• [What to work on]: When a line of the listing below has the string "IFCSHAPEREPRESENTATION" in it, copy that line.

• [Input]:
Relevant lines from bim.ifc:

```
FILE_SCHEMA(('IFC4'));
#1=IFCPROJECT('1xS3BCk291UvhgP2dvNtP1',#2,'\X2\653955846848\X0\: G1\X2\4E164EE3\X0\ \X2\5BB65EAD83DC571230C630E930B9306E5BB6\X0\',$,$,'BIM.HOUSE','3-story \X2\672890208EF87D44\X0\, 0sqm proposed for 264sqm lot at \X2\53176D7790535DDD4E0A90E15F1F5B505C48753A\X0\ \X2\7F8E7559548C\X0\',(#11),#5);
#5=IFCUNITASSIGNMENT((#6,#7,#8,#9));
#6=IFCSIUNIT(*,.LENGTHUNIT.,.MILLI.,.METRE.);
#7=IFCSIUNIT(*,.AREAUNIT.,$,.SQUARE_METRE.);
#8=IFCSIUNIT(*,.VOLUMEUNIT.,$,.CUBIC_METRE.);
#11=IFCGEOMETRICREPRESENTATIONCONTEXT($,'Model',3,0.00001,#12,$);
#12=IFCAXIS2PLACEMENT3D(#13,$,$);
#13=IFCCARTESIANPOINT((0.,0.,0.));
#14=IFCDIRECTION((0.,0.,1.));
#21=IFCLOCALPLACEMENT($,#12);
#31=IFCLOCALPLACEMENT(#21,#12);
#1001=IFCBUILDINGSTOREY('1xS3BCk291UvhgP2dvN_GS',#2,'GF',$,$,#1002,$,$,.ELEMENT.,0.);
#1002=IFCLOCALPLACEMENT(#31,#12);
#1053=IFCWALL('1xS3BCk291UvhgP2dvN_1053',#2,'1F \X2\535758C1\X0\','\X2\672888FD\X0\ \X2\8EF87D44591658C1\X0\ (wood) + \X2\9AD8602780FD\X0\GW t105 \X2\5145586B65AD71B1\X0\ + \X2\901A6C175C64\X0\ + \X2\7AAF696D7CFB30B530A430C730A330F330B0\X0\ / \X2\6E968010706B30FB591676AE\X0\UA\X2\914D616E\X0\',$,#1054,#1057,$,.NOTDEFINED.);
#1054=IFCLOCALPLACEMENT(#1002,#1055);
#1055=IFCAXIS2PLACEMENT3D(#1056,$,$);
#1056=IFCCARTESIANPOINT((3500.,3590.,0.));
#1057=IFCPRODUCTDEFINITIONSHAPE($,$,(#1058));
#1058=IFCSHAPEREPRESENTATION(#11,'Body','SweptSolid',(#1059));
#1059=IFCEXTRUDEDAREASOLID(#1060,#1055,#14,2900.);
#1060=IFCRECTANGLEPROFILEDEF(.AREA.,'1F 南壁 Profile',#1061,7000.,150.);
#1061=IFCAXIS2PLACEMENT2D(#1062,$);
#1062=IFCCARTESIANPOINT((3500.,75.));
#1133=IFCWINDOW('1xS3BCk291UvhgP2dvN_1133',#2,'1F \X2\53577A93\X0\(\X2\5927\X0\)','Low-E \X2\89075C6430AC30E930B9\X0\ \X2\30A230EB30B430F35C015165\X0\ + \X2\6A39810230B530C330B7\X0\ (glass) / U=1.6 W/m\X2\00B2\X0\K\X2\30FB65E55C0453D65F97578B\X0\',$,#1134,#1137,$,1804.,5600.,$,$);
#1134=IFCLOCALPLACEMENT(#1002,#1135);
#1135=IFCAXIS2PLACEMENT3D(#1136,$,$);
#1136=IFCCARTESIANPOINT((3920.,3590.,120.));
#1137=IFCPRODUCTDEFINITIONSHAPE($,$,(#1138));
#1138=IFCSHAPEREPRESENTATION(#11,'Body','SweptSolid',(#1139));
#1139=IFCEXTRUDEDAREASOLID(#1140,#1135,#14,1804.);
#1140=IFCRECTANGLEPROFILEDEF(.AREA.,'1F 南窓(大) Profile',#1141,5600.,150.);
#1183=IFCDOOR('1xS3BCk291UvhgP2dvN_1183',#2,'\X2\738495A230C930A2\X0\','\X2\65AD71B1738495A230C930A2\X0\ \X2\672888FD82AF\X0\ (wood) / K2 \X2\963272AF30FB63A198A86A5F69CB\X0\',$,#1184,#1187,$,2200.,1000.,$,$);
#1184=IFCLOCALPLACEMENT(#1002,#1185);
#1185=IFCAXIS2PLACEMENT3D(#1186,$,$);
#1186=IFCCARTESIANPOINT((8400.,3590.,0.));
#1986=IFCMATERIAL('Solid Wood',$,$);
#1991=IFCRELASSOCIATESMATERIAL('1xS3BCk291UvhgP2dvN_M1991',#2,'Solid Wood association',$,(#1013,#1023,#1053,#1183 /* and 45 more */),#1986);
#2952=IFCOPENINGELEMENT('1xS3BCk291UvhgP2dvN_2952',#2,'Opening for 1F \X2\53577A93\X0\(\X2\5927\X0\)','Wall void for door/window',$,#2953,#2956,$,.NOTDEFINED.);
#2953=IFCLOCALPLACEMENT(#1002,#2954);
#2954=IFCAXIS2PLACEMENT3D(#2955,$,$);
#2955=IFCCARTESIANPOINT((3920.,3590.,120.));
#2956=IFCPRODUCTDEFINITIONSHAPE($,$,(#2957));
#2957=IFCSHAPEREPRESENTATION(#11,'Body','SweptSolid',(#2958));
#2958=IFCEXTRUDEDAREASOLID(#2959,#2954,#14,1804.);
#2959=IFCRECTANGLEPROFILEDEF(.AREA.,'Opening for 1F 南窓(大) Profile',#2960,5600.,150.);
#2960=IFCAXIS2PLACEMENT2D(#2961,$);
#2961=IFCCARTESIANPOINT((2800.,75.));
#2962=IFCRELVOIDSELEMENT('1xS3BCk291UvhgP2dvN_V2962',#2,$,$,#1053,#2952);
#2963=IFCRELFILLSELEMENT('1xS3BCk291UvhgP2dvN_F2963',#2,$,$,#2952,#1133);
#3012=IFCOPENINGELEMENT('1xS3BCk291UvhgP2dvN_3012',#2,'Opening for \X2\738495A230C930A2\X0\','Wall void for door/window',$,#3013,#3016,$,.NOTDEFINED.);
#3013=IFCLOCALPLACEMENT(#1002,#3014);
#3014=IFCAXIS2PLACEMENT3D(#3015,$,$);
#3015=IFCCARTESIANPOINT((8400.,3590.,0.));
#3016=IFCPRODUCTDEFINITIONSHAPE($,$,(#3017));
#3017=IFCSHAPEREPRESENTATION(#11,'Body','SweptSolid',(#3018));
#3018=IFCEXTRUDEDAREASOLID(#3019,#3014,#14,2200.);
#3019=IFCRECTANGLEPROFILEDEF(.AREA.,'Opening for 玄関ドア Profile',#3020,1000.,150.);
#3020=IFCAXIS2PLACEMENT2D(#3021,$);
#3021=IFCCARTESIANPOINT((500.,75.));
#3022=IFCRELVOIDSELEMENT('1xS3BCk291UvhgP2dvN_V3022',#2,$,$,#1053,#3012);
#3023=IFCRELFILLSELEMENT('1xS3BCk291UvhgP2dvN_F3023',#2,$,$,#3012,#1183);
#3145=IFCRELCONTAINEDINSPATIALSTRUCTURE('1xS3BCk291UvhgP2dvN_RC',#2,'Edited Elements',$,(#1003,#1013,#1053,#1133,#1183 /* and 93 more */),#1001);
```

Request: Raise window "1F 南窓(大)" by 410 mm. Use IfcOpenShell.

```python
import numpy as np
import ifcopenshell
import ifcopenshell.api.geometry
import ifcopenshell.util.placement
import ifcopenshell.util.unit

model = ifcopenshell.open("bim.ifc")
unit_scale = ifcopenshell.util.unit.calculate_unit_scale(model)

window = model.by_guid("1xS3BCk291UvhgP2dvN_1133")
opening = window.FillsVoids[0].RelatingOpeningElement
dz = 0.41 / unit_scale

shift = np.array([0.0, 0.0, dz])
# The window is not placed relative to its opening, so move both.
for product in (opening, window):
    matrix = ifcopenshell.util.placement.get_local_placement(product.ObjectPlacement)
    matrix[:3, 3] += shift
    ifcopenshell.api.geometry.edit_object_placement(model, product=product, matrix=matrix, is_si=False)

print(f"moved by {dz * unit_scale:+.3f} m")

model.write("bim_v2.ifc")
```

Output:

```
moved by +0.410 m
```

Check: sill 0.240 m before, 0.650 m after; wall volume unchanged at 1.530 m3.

• [The completed task]:
#1058=IFCSHAPEREPRESENTATION(#11,'Body','SweptSolid',(#1059));
#1138=IFCSHAPEREPRESENTATION(#11,'Body','SweptSolid',(#1139));
#2957=IFCSHAPEREPRESENTATION(#11,'Body','SweptSolid',(#2958));
#3017=IFCSHAPEREPRESENTATION(#11,'Body','SweptSolid',(#3018));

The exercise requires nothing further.